Surprised by leftist rhetoric? Look closer at the climate movement
Millions of Americans were horrified when Charlie Kirk was murdered in cold blood. Then came an even bigger shock: large numbers of people celebrated his death and danced on his grave.
Sickening as it is, this shouldn’t surprise anyone. The left has long harbored—or at least tolerated—an anti-human streak, and nowhere is it more visible than in its radical environmental wing.
Leftwing misanthropy rears its ugly head when it comes to issues like abortion, euthanasia, and criticizing the traditional family. But radical environmentalism carries the same core belief: human beings are the problem. If we just had fewer human beings doing less, the idea goes, the world would be a better place.
Radical environmentalists preach the gospel of demographic decline, arguing that having fewer children cuts carbon more than a lifetime of bike riding and composting. Some environmentalists made the not-so-subtle point that thanks to the death and lockdowns of COVID-19, “nature is healing.” One recent study found that environmental activists, consumed by their mission, often tend to “manipulate and deceive others” and demonstrate “callousness” and “lack of empathy.” When saving the planet is the goal, who has time for people’s feelings?
The logic is clear: humans are the problem. Not the behavior of industry or the pace of innovation—but people themselves.
Of course, that doesn’t mean environmental activists have their fingers on a trigger. Thinking the world would be better off with fewer people doesn’t make one a killer. But a movement that treats human beings as the enemy breeds a mindset where life itself can be dismissed, devalued, or even cheered when lost.
How do you get so many people celebrating the death of Charlie Kirk? You get it in a movement that finds an environmental bright side to a deadly pandemic, that sees people as problems to be overcome, and that holds up abortion as a win for the earth. To too many, life becomes unwelcome when, in their opinion, that life starts causing more harm than good.
The result of this line of thinking brought to its logical conclusion is the despicable display recently put on by prominent University of Pennsylvania professor Michael Mann.
Despite being one of the most prominent climate “experts” with a perch in the lofty heights of the Ivy League, Mann callously wrote after Kirk’s assassination that “the white on white violence has gotten out of hand” and retweeted a post calling Kirk “the head of Trump’s Hitler Youth.”

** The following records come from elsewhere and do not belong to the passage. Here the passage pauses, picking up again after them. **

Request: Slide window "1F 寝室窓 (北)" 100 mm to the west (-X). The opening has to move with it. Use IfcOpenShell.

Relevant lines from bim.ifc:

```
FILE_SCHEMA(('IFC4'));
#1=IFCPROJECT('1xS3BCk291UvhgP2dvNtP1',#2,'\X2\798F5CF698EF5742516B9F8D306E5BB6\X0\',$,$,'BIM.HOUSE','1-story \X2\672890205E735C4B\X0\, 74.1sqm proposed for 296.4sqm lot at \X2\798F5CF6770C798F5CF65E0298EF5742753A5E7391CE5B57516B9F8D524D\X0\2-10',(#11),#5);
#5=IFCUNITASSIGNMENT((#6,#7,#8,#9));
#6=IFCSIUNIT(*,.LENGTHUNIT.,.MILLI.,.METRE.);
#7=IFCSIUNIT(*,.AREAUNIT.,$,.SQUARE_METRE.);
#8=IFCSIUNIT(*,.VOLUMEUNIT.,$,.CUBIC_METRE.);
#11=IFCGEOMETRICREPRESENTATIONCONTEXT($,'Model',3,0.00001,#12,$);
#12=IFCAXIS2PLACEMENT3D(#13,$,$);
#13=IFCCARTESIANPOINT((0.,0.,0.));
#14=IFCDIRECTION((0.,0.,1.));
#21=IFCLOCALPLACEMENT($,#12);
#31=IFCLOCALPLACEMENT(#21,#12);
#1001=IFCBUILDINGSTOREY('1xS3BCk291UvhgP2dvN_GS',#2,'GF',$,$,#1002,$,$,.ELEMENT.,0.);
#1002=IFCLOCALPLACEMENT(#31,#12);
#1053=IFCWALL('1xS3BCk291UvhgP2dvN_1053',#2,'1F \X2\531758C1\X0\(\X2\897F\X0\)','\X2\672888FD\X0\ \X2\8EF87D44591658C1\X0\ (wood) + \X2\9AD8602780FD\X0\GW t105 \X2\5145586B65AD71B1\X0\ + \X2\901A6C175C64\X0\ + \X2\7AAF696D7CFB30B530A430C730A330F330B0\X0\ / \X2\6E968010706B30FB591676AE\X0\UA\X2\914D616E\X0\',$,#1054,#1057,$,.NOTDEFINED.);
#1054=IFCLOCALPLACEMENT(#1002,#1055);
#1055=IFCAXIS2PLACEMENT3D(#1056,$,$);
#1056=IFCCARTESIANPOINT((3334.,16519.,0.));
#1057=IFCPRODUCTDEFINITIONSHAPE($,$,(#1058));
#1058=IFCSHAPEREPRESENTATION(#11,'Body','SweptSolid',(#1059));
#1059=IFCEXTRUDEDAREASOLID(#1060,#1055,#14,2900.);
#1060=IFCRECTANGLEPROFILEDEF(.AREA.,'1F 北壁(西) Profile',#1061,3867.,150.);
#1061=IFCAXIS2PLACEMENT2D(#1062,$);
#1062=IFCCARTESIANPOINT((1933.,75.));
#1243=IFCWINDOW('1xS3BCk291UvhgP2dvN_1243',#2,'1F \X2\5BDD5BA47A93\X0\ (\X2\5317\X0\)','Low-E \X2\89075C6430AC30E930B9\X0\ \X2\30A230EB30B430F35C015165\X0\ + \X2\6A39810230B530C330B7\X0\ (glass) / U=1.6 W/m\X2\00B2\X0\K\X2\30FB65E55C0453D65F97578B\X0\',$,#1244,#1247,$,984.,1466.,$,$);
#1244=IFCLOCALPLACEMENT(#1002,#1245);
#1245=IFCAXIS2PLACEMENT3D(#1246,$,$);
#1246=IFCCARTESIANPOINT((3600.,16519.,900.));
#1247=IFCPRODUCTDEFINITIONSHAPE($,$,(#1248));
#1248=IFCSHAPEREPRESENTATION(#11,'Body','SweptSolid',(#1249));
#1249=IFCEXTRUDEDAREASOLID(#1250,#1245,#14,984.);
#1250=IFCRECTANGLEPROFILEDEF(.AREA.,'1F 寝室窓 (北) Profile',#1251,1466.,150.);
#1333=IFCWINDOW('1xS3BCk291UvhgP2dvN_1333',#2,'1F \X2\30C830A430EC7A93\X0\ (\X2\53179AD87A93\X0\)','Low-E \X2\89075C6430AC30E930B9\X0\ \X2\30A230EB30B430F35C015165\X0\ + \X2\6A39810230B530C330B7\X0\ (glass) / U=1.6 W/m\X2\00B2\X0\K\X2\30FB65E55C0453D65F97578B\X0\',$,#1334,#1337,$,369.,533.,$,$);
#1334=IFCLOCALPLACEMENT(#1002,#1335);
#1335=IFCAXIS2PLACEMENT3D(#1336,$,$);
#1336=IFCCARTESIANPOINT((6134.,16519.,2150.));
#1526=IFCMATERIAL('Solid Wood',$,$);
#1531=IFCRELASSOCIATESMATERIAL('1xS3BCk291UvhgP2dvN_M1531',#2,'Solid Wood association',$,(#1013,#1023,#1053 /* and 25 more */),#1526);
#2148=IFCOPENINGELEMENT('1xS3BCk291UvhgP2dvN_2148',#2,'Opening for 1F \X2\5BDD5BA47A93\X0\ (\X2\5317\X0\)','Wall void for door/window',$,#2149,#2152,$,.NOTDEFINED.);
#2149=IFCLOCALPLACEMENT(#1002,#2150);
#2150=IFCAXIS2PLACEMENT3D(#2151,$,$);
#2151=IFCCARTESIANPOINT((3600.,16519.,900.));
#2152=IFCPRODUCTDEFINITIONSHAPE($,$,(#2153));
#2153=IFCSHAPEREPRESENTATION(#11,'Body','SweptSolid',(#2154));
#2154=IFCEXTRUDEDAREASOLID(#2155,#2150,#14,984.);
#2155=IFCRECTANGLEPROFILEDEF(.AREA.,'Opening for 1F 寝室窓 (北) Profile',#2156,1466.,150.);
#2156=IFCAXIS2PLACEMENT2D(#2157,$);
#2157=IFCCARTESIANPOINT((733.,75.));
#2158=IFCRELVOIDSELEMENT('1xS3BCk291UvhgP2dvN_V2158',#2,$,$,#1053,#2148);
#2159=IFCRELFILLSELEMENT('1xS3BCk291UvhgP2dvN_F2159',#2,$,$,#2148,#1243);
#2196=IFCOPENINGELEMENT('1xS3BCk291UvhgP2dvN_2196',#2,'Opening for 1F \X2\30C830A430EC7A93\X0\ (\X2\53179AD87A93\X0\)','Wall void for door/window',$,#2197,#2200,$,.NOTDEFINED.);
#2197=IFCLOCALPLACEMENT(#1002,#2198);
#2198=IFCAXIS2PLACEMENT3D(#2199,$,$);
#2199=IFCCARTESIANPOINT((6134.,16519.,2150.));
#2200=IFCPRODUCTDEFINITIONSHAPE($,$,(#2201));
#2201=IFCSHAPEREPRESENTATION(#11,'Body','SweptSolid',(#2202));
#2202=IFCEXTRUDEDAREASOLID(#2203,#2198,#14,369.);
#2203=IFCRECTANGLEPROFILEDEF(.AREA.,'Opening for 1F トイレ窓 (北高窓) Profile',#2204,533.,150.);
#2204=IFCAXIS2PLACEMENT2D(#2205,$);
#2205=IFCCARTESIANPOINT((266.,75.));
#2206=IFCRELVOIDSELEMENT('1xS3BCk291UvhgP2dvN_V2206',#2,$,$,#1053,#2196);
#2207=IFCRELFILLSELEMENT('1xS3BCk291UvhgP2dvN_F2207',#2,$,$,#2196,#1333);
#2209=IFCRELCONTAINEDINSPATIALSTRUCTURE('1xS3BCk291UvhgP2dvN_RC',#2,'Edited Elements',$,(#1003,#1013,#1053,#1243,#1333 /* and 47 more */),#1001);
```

```python
import ifcopenshell
import ifcopenshell.api.geometry
import ifcopenshell.util.placement
import ifcopenshell.util.unit

model = ifcopenshell.open("bim.ifc")
unit_scale = ifcopenshell.util.unit.calculate_unit_scale(model)

window = model.by_guid("1xS3BCk291UvhgP2dvN_1243")
opening = window.FillsVoids[0].RelatingOpeningElement
wall = opening.VoidsElements[0].RelatingBuildingElement

wall_matrix = ifcopenshell.util.placement.get_local_placement(wall.ObjectPlacement)
shift = wall_matrix[:3, 0] * -0.1 / unit_scale
before = ifcopenshell.util.placement.get_local_placement(window.ObjectPlacement)[:3, 3].copy()

# The window is not placed relative to its opening, so move both.
for product in (opening, window):
    matrix = ifcopenshell.util.placement.get_local_placement(product.ObjectPlacement)
    matrix[:3, 3] += shift
    ifcopenshell.api.geometry.edit_object_placement(model, product=product, matrix=matrix, is_si=False)

after = ifcopenshell.util.placement.get_local_placement(window.ObjectPlacement)[:3, 3]
print("window moved by", (after - before).round(3) + 0.0)

model.write("bim-out.ifc")
```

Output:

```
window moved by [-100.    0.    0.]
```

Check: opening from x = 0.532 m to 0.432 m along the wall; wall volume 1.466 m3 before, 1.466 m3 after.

Mann has long blurred the line between science and politics. In fact, his fierce partisanship has actually been a significant obstacle to common-sense bipartisan action. Yet few conservatives noticed his tirades because most ignore the climate issue entirely. It took Mann mocking the murder of a free speech activist for the general public to finally wake up to his radicalism.

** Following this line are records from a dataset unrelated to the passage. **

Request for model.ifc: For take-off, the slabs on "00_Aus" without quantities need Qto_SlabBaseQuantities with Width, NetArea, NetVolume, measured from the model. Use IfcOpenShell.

First a look at what the model holds.

```python
import ifcopenshell
import ifcopenshell.util.element
import ifcopenshell.util.unit

model = ifcopenshell.open("model.ifc")
print(model.schema)
for unit_type in ("LENGTHUNIT", "AREAUNIT", "VOLUMEUNIT"):
    print(unit_type, ifcopenshell.util.unit.calculate_unit_scale(model, unit_type))
storey = next(s for s in model.by_type("IfcBuildingStorey") if s.Name == "00_Aus")
slabs = [e for e in ifcopenshell.util.element.get_decomposition(storey) if e.is_a("IfcSlab")]
for e in sorted(slabs, key=lambda e: e.id()):
    print(e.id(), e.is_a(), e.Name, list(ifcopenshell.util.element.get_psets(e, qtos_only=True)), sep=" | ")
```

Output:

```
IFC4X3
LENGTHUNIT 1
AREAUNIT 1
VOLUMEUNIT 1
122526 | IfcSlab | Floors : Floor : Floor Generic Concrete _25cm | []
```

```python
import ifcopenshell
import ifcopenshell.api.pset
import ifcopenshell.geom
import ifcopenshell.util.element
import ifcopenshell.util.shape
import ifcopenshell.util.unit

model = ifcopenshell.open("model.ifc")
unit_scale = ifcopenshell.util.unit.calculate_unit_scale(model)
area_scale = ifcopenshell.util.unit.calculate_unit_scale(model, "AREAUNIT")
volume_scale = ifcopenshell.util.unit.calculate_unit_scale(model, "VOLUMEUNIT")
settings = ifcopenshell.geom.settings()

storey = next(s for s in model.by_type("IfcBuildingStorey") if s.Name == "00_Aus")
slabs = [e for e in ifcopenshell.util.element.get_decomposition(storey) if e.is_a("IfcSlab")]

for e in sorted(slabs, key=lambda e: e.id()):
    if ifcopenshell.util.element.get_psets(e, qtos_only=True, should_inherit=False):
        continue
    # Geometry comes back in metres, in the element's own axes.
    shape = ifcopenshell.geom.create_shape(settings, e)
    values = {
        "Width": ifcopenshell.util.shape.get_z(shape.geometry) / unit_scale,
        "NetArea": ifcopenshell.util.shape.get_footprint_area(shape.geometry) / area_scale,
        "NetVolume": ifcopenshell.util.shape.get_volume(shape.geometry) / volume_scale,
    }
    qto = ifcopenshell.api.pset.add_qto(model, product=e, name="Qto_SlabBaseQuantities")
    ifcopenshell.api.pset.edit_qto(model, qto=qto, properties=values)
    print(e.id(), {k: round(v, 3) for k, v in values.items()})

model.write("model_edited.ifc")
```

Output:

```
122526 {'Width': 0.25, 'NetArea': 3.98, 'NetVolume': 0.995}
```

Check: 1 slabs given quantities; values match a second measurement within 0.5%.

Yet Mann isn’t just morally reckless; he’s factually wrong. A review of 1,500 climate policies found that his preferred approach of top-down government regulation fails, while free market solutions actually reduce carbon emissions. President Trump’s pro-energy policies and embrace of cleaner natural gas helped cut carbon emissions to the lowest level in 25 years in his first term. President Trump is also laser-focused on holding China accountable for its economic practices. China is the world’s foremost polluter, yet this appears to be an “inconvenient truth” for environmentalists on the Left.
Sadly, the activists on the environmental left seem immune to the facts. Or, maybe, they just haven’t heard them.
Radical environmentalists like Michael Mann are organizing, teaching, and shaping the next generation in ways that are anti-human, anti-freedom, and anti-Western. Thus far, they’ve done so unopposed. But conservatives can’t continue to cede this battlefield.
If we want to effectively combat leftwing misanthropy, we must engage in the climate debate—and we must offer a hopeful counterpoint to the left’s dark narratives, wherever they take hold.
No matter what many of the left seem to believe, people aren’t the problem. In fact, if Charlie Kirk’s life proved anything, it’s that even one person can change the world for the better.
Chris Johnson is President and Co-Founder of the American Energy Leadership Institute, a conservative energy policy research and advocacy organization working to ensure America leads and dominates the 21st century.